If we use the -0 option, it has trouble with name that has dash prefix:

% ls -- * | xargs -0 -- ls -l --
ls: invalid option -- 'e'
Try 'ls --help' for more information.

This is before using other potentially problematic characters like newline, control character, etc.

  • Are you asking why ls doesn't work here? That's normal behavior, and that's why you never parse the output of ls. Is that your question or is there something else? – terdon Aug 11 '17 at 12:20
  • @terdon the first ls is just to supply the names, one line per entry. This is not about parsing the output of ls (because in this case the first ls just gives the filenames, without any other modification except adding newline per entry). The second ls is to demonstrate how xargs feeds the names as arguments to the command. In this case, xargs somehow fails to pass the second -- to ls. – Gerry Lufwansa Aug 11 '17 at 12:26
  • Not sure how you got that error message upon ls -- * | xargs -0 -- ls -l --. I'd expect ls be passed just one big argument (possibly starting with a - but that wouldn't be a problem with --) since the input doesn't contain NULs and the error would be about that file with a long name and some newline characters not being found. What system and version of ls/xargs is that? – Stéphane Chazelas Aug 11 '17 at 14:42
  • Like ls: cannot access '-name-with-dash-prefix'$'\n''name with space'$'\n''name-with-backslash\'$'\n''name-with-double-quote"'$'\n''name-with-single-quote'\'''$'\n''safe-name'$'\n': No such file or directory – Stéphane Chazelas Aug 11 '17 at 14:44
  • @StéphaneChazelas I'm on Debian 8.0 Jessie, xargs 4.4.2, ls 8.23. – Gerry Lufwansa Aug 11 '17 at 14:51
  • Can you reproduce it? Is it the first or second ls that outputs that error? What do you see if you run ls -- * | strace -fe execve xargs -0 -- ls -l -- instead? – Stéphane Chazelas Aug 11 '17 at 14:54
  • I can't. Apparently I copy-pasted the wrong error message. It should be something like you has (except with literal newlines and now surrounding single quotes). Sorry about that. – Gerry Lufwansa Aug 11 '17 at 15:23

4 Answers4

9

The POSIX specification does give you an example for that:

ls | sed -e 's/"/"\\""/g' -e 's/.*/"&"/' | xargs -E '' printf '<%s>\n'

(with filenames being arbitrary sequences of bytes (other than / and NULL) and sed/xargs expecting text, you'd also need to fix the locale to C (where all non-NUL bytes would make valid characters) to make that reliable (except for xargs implementations that have a very low limit on the maximum length of an argument))

The -E '' is needed for some xargs implementations that without it, would understand a _ argument to signify the end of input (where echo a _ b | xargs outputs a only for instance).

With GNU xargs, you can use:

ls | xargs -rd '\n' printf '<%s>\n'

(also adding -r (also a GNU extension) for the command not be run if the input is empty).

GNU xargs also has a -0 that has been copied by a few other implementations, so:

ls | tr '\n' '\0' | xargs -0 printf '<%s>\n'

is slightly more portable.

All of those assume the file names don't contain newline characters.

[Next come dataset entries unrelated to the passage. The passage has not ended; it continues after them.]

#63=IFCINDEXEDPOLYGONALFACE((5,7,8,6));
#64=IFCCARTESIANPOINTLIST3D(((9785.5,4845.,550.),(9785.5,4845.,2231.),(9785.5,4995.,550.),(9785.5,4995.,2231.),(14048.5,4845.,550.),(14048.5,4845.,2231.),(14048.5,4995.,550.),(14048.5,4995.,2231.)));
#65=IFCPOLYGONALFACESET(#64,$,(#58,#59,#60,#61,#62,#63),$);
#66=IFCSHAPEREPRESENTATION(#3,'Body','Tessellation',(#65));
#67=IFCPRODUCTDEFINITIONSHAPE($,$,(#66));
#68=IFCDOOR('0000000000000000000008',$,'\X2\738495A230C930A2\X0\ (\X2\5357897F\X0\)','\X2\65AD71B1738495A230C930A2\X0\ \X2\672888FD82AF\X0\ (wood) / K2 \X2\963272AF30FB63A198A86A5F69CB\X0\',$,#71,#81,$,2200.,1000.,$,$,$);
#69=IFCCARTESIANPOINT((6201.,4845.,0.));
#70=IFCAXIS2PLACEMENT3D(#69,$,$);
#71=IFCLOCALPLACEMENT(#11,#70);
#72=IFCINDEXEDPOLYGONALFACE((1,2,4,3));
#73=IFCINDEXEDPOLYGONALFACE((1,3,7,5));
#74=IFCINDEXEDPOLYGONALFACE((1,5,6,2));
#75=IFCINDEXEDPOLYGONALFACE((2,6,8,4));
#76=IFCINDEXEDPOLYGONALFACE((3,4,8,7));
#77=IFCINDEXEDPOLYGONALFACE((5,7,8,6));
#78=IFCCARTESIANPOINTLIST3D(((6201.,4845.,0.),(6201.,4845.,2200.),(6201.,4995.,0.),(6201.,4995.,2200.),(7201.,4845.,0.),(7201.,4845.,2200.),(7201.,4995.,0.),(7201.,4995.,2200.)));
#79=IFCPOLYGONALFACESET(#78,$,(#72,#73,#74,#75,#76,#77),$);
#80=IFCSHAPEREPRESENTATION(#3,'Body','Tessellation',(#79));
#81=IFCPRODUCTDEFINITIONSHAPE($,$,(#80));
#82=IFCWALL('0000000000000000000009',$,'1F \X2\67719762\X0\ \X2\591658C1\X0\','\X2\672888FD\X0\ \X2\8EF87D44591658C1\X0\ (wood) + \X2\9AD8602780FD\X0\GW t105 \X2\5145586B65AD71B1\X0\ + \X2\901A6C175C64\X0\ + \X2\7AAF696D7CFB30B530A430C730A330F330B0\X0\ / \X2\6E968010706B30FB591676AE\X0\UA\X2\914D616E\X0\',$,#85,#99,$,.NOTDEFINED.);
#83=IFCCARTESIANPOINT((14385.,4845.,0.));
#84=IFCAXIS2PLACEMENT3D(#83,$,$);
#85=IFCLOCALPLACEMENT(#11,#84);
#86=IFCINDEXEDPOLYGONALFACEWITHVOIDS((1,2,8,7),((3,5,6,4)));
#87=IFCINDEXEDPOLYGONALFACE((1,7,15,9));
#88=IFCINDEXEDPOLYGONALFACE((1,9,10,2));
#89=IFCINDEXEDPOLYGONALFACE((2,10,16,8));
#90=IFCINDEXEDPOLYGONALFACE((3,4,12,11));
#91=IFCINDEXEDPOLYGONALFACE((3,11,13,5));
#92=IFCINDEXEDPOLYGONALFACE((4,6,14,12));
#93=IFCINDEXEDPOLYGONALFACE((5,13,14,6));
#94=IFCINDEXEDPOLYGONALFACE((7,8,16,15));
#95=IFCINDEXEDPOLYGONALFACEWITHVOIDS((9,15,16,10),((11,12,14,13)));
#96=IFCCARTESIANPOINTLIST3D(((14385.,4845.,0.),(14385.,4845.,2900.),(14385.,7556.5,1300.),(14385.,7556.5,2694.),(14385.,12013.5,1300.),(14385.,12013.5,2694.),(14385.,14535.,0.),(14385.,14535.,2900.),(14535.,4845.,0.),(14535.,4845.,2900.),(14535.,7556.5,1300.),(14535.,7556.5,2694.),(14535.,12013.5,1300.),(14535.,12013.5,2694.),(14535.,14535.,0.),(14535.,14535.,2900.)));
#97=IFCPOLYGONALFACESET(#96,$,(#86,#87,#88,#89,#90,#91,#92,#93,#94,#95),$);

If there may be filenames with newline characters, the output of ls is simply not post-processable. If you get:

a
b

That can be either both a a and b files or one file called a<newline>b, there's no way to tell.

GNU ls has a --quoting-style=shell-always which makes its output unambiguous and could be post-processable, but the quoting is not compatible with the quoting expected by xargs. xargs recognise "...", \x and '...' forms of quoting. But both "..." and '...' are strong quotes and can't contain newline characters (only \ can escape newline characters for xargs), so that's not compatible with sh quoting where only '...' are strong quotes (and can contain newline characters) but \<newline> is a line-continuation (is removed) instead of an escaped newline.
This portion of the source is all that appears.